Heat, with another closing kick, reach Round 2 of playoffs
A chance to eliminate the Milwaukee Bucks was in his hands, and Miami Heat coach Erik Spoelstra could have used that moment to draw up some sort of highly technical play with lots of scribbles and squiggles to tell everyone where to go.
He simply pointed to his best player instead.
“Go ahead, man. Take us home,” was Jimmy Butler’s recollection of what Spoelstra said to him in that moment on Wednesday night in Milwaukee. And that’s exactly what he did, again — with a trip to the Eastern Conference semifinals and the rekindling of one of the NBA’s great rivalries as his prize.
Miami vs. New York, again. It’s happening, and Butler is one of the biggest reasons why. He scored 42 points, giving him 188 for the series — more than any player had in a five-game, first-round matchup in more than 30 years — and the eighth-seeded Heat beat the Bucks 128-126 in overtime to oust the NBA’s top overall seed in a stunner.
“I’m just in a groove,” Butler said. “I’m in a rhythm. I’ve been shooting the ball an incredible amount this series, but I feel like they’re all shots that I know I can make.”
He made most of them, shooting 60% in the series. Some were his bread-and-butter — midrange jumpers, or getting to the rim. He made 12 3-pointers on 44% shooting from beyond the arc in the series, easily exceeding his usual output. And one of his shots came with his back almost parallel to the floor, as he caught a lob from Gabe Vincent and somehow got the ball through the basket in the final second of regulation to send Game 5 to overtime.
That was the play where Spoelstra — now just the fourth coach in NBA history to win 100 playoff games with one franchise — went with the highly elaborate plan of “just get the ball to Jimmy,” Vincent said.
“The game plan was simple: Get the ball to Buckets and let him do what he do,” Vincent said.

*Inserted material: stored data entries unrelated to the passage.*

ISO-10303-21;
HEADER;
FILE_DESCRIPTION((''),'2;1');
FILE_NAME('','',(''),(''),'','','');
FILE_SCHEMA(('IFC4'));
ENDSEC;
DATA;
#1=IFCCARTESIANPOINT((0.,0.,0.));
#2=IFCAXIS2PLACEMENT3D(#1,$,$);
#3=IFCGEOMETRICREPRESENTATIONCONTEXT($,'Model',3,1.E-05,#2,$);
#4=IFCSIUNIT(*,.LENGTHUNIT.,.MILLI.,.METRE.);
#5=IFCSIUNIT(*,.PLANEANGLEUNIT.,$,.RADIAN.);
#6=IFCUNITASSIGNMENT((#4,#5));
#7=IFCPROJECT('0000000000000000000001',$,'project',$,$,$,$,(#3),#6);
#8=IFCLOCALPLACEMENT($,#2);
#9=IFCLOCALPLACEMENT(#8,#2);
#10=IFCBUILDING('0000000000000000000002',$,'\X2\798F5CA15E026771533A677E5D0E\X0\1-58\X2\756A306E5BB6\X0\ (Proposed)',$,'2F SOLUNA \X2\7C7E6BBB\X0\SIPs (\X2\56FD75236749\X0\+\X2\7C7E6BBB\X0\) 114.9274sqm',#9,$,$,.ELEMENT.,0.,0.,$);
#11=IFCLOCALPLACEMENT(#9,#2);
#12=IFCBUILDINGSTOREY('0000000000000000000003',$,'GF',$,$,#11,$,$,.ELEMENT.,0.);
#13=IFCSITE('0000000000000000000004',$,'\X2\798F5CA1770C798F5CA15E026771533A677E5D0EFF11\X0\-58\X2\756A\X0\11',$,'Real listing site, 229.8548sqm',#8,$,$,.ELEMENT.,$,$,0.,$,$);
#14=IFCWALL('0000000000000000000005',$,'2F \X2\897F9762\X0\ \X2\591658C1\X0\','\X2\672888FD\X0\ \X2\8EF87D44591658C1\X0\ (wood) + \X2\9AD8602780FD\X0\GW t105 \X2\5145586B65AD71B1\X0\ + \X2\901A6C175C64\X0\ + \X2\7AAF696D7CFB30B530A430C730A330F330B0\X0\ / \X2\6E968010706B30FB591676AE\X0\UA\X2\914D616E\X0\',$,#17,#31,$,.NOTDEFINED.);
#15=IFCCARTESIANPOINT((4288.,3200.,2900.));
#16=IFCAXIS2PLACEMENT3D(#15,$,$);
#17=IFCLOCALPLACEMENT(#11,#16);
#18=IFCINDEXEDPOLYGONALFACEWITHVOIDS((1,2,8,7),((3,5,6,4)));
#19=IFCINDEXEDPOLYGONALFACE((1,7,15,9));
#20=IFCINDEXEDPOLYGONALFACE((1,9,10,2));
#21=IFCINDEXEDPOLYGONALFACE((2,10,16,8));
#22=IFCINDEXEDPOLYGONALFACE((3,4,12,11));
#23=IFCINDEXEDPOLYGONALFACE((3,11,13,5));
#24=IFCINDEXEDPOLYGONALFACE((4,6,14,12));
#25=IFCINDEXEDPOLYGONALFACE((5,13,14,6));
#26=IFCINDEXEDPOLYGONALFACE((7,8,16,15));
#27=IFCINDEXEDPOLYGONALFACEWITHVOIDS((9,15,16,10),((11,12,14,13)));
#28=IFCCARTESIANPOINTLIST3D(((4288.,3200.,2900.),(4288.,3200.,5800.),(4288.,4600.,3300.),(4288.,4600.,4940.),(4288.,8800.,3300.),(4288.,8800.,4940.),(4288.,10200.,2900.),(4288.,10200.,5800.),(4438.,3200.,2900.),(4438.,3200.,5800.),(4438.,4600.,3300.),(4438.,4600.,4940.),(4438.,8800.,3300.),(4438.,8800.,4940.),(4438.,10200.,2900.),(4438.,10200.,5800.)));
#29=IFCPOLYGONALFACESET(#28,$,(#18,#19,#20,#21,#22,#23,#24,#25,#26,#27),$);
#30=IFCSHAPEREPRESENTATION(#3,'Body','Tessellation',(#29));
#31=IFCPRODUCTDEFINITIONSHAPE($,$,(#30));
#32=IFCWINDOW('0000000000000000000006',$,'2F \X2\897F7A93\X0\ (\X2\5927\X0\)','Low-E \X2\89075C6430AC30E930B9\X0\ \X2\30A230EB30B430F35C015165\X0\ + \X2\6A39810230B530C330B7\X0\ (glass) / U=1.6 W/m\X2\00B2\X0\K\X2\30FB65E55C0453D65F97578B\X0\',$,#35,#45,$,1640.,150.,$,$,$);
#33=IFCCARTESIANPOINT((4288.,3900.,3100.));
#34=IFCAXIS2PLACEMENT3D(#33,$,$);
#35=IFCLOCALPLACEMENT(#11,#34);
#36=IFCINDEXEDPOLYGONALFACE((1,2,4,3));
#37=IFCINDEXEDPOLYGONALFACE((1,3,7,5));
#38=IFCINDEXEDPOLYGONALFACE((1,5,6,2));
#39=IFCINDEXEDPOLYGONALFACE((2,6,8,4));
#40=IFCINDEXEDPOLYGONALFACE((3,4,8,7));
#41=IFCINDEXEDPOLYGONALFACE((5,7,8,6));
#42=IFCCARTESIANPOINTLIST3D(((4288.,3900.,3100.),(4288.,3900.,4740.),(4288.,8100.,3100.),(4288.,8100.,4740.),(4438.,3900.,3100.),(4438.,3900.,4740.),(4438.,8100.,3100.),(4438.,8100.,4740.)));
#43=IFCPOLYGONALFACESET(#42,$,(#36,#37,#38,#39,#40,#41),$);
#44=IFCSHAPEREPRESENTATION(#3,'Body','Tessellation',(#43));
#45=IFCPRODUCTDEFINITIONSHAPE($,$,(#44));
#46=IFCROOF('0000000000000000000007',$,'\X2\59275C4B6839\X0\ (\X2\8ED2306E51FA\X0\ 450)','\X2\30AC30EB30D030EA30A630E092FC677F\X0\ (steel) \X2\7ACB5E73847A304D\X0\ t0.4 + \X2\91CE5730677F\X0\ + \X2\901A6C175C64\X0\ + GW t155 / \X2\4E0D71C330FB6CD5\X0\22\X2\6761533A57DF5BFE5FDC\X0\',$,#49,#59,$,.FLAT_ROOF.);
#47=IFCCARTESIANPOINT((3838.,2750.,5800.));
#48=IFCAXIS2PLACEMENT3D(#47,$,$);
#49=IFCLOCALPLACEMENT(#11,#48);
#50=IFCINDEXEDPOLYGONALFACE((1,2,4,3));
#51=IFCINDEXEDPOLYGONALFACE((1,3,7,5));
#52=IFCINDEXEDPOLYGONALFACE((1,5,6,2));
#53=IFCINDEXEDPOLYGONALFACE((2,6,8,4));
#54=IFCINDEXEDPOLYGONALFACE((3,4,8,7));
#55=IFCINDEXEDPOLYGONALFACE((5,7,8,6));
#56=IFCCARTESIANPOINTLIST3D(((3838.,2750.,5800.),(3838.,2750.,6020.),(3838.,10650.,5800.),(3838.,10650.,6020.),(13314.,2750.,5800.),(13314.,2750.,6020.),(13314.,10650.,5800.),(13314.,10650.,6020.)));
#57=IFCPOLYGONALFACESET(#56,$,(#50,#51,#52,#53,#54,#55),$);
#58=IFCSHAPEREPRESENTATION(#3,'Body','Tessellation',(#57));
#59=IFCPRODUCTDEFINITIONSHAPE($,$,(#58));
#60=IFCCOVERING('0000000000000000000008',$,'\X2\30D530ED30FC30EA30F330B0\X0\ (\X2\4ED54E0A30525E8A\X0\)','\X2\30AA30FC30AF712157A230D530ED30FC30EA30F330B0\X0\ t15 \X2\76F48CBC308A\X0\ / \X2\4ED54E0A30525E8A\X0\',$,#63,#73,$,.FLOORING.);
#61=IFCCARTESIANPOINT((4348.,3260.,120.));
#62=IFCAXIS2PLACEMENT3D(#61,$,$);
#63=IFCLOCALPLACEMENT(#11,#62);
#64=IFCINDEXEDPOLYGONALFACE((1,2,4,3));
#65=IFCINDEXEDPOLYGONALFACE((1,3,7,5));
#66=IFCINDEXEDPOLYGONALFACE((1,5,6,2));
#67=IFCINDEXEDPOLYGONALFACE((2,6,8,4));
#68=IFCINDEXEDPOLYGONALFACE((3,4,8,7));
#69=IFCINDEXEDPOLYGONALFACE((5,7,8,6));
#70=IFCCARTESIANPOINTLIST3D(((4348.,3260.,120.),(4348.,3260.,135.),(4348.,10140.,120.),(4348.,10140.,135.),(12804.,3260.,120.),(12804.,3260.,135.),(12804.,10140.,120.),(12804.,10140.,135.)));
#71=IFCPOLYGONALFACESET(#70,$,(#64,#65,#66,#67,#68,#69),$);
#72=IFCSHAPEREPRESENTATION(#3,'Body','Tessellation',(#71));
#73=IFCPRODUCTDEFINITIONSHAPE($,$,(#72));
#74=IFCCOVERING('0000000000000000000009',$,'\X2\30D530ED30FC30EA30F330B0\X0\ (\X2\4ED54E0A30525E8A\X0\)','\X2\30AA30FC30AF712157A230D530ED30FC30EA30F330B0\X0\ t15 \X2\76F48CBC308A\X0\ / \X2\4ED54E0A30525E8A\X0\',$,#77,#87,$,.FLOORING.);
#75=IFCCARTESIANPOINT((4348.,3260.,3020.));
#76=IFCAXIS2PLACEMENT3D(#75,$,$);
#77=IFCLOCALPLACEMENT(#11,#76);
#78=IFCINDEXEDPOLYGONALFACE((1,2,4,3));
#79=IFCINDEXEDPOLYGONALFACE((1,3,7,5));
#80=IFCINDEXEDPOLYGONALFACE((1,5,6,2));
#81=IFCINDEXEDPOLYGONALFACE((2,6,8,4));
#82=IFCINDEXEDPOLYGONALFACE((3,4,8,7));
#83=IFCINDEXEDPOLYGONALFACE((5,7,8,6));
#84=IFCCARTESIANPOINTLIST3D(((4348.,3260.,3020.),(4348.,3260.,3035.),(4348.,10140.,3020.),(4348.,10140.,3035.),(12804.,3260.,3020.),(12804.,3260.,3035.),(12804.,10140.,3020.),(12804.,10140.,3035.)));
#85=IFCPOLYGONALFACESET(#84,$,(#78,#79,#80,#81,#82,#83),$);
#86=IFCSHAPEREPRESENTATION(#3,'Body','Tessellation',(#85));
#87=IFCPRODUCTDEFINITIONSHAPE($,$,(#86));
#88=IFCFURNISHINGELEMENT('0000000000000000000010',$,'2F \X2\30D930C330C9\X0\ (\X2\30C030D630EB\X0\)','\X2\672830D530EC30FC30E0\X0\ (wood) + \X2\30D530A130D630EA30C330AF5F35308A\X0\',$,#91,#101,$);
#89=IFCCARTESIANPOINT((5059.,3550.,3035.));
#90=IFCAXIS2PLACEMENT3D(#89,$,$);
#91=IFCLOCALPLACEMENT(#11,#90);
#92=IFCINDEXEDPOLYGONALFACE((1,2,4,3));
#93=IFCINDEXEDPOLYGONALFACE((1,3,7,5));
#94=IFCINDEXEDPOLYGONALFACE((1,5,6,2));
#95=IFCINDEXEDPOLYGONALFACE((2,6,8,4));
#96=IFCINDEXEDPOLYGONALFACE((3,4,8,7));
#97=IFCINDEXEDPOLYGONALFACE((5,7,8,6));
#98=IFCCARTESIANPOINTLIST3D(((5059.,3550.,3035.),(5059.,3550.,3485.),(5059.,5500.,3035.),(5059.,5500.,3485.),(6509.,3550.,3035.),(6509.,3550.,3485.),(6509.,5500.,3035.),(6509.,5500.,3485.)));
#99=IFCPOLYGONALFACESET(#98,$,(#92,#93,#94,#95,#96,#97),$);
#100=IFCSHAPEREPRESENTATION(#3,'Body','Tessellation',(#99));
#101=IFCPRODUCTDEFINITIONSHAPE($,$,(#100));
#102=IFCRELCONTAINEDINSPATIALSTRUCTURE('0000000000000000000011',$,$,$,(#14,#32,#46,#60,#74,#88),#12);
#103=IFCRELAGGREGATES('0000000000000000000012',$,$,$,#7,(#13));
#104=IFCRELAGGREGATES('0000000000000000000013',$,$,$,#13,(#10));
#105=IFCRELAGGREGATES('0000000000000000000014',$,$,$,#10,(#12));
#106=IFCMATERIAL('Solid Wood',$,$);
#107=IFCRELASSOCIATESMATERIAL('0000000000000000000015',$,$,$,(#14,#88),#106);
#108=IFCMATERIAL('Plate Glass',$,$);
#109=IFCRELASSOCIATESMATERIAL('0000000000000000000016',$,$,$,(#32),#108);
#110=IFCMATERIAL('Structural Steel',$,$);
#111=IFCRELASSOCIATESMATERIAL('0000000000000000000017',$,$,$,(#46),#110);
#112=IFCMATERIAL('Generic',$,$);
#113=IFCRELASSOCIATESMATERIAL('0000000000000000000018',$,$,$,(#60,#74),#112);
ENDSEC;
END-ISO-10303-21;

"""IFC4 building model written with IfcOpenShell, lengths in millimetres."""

from ifc_helpers import new_model, si_unit, frame, frame_2d, origin, place, context, project, spatial, rectangle, extrude, material, element, fill, save


model = new_model("IFC4")

# Units and contexts
model_context = context("Model", 3, precision=1e-05, world=origin())
ifc_project = project(units=[si_unit("LENGTHUNIT", "METRE", prefix="MILLI"), si_unit("PLANEANGLEUNIT", "RADIAN")], contexts=[model_context])

# Site, building, storey
site_placement = place(None, origin())
site = spatial("IfcSite", under=ifc_project, at=site_placement, Name="福岡県福岡市東区松崎１-58番11", ObjectType="Real listing site, 229.8548sqm", CompositionType="ELEMENT", RefElevation=0.0)
building_placement = place(site_placement, origin())
building = spatial("IfcBuilding", under=site, at=building_placement, Name="福岡市東区松崎1-58番の家 (Proposed)", ObjectType="2F SOLUNA 籾殻SIPs (国産杉+籾殻) 114.9274sqm", CompositionType="ELEMENT", ElevationOfRefHeight=0.0, ElevationOfTerrain=0.0)
storey_placement = place(building_placement, origin())
storey = spatial("IfcBuildingStorey", under=building, at=storey_placement, Name="GF", CompositionType="ELEMENT", Elevation=0.0)

# Shared definitions
ifc_material_1 = material(Name="Solid Wood")

# Shared definitions
ifc_material_2 = material(Name="Plate Glass")

# Wall, opening, window
wall_1_placement = place(storey_placement, frame((4288.0, 3200.0, 2900.0)))
wall_1 = element("IfcWall", 1, at=wall_1_placement, inside=storey, material=ifc_material_1, Name="2F 西面 外壁", Description="木製 軸組外壁 (wood) + 高性能GW t105 充填断熱 + 通気層 + 窯業系サイディング / 準耐火・外皮UA配慮", PredefinedType="NOTDEFINED", context=model_context, shape_type="SweptSolid", body=[
    extrude(rectangle(XDim=150.0, YDim=7000.0, at=frame_2d((75.0, 3500.0))), frame((4288.0, 3200.0, 2900.0)), (0.0, 0.0, 1.0), 2900.0),
])
opening_1_placement = place(storey_placement, frame((4288.0, 3900.0, 3100.0)))
opening_1 = element("IfcOpeningElement", 2, at=opening_1_placement, cuts=wall_1, PredefinedType="NOTDEFINED", context=model_context, shape_type="SweptSolid", body=[
    extrude(rectangle(XDim=150.0, YDim=4200.0, at=frame_2d((75.0, 2100.0))), frame((4288.0, 3900.0, 3100.0)), (0.0, 0.0, 1.0), 1640.0),
])
window_1_placement = place(storey_placement, frame((4288.0, 3900.0, 3100.0)))
window_1 = element("IfcWindow", 3, at=window_1_placement, inside=storey, material=ifc_material_2, Name="2F 西窓 (大)", Description="Low-E 複層ガラス アルゴン封入 + 樹脂サッシ (glass) / U=1.6 W/m²K・日射取得型", OverallHeight=1640.0, OverallWidth=150.0, context=model_context, shape_type="SweptSolid", body=[
    extrude(rectangle(XDim=150.0, YDim=4200.0, at=frame_2d((75.0, 2100.0))), frame((4288.0, 3900.0, 3100.0)), (0.0, 0.0, 1.0), 1640.0),
])
fill(opening_1, window_1)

Say this for the Heat, now just the sixth No. 8 seed to eliminate a No. 1 in this format and the first team to win a series after needing the play-in round to make the playoffs: They embrace when things aren’t easy.
Only two weeks ago, they were 3 1/2 minutes away from missing the playoffs entirely. They were trailing at home to the Chicago Bulls in a play-in game, a misstep or two away from being a No. 1 seed one year to not even making the postseason the next.
But they closed that game on a 15-1 run and prevailed. They rallied from 14 points down in the fourth quarter of Game 4 with a 30-13 run. And in Game 5, it was a 32-16 run to close regulation before getting into overtime and ending Milwaukee’s season.
“You have to be open to what the competition will bring,” Spoelstra said. “But the one thing about our group, because we’ve been in so many of these close games in the fourth quarter, our guys take pride — a lot of pride — in our mental toughness and physical toughness going down the stretch.”
Bucks star Giannis Antetokounmpo now has seen Miami three times in the last four postseasons. The Heat beat the Bucks in five games in the bubble in 2020 on their way to the NBA Finals. The Bucks swept the rematch in 2021 on their way to the NBA title. And now, the pendulum has swung back to Miami.
“Give them credit. They kicked our butts,” Antetokounmpo said.
And now, it's Heat-Knicks, again. It'll be the sixth playoff meeting — they met four straight years from 1997 through 2000, with the wounds of Pat Riley leaving New York for Miami still very fresh, and the Knicks won three of those four matchups. The Heat beat New York in the most recent meeting in 2012.
Much will be said in the coming days about the history between the franchises, and rightly so. Game 1 is at Madison Square Garden in New York on Sunday.
“I don’t care where we play,” Butler said. We just have to beat them four times. … Whether we play in Miami, whether we play in the Garden, whether we play in Rucker Park, we’ve got to win four games."
That's a very simple approach. For the Heat, that's what is working best right now.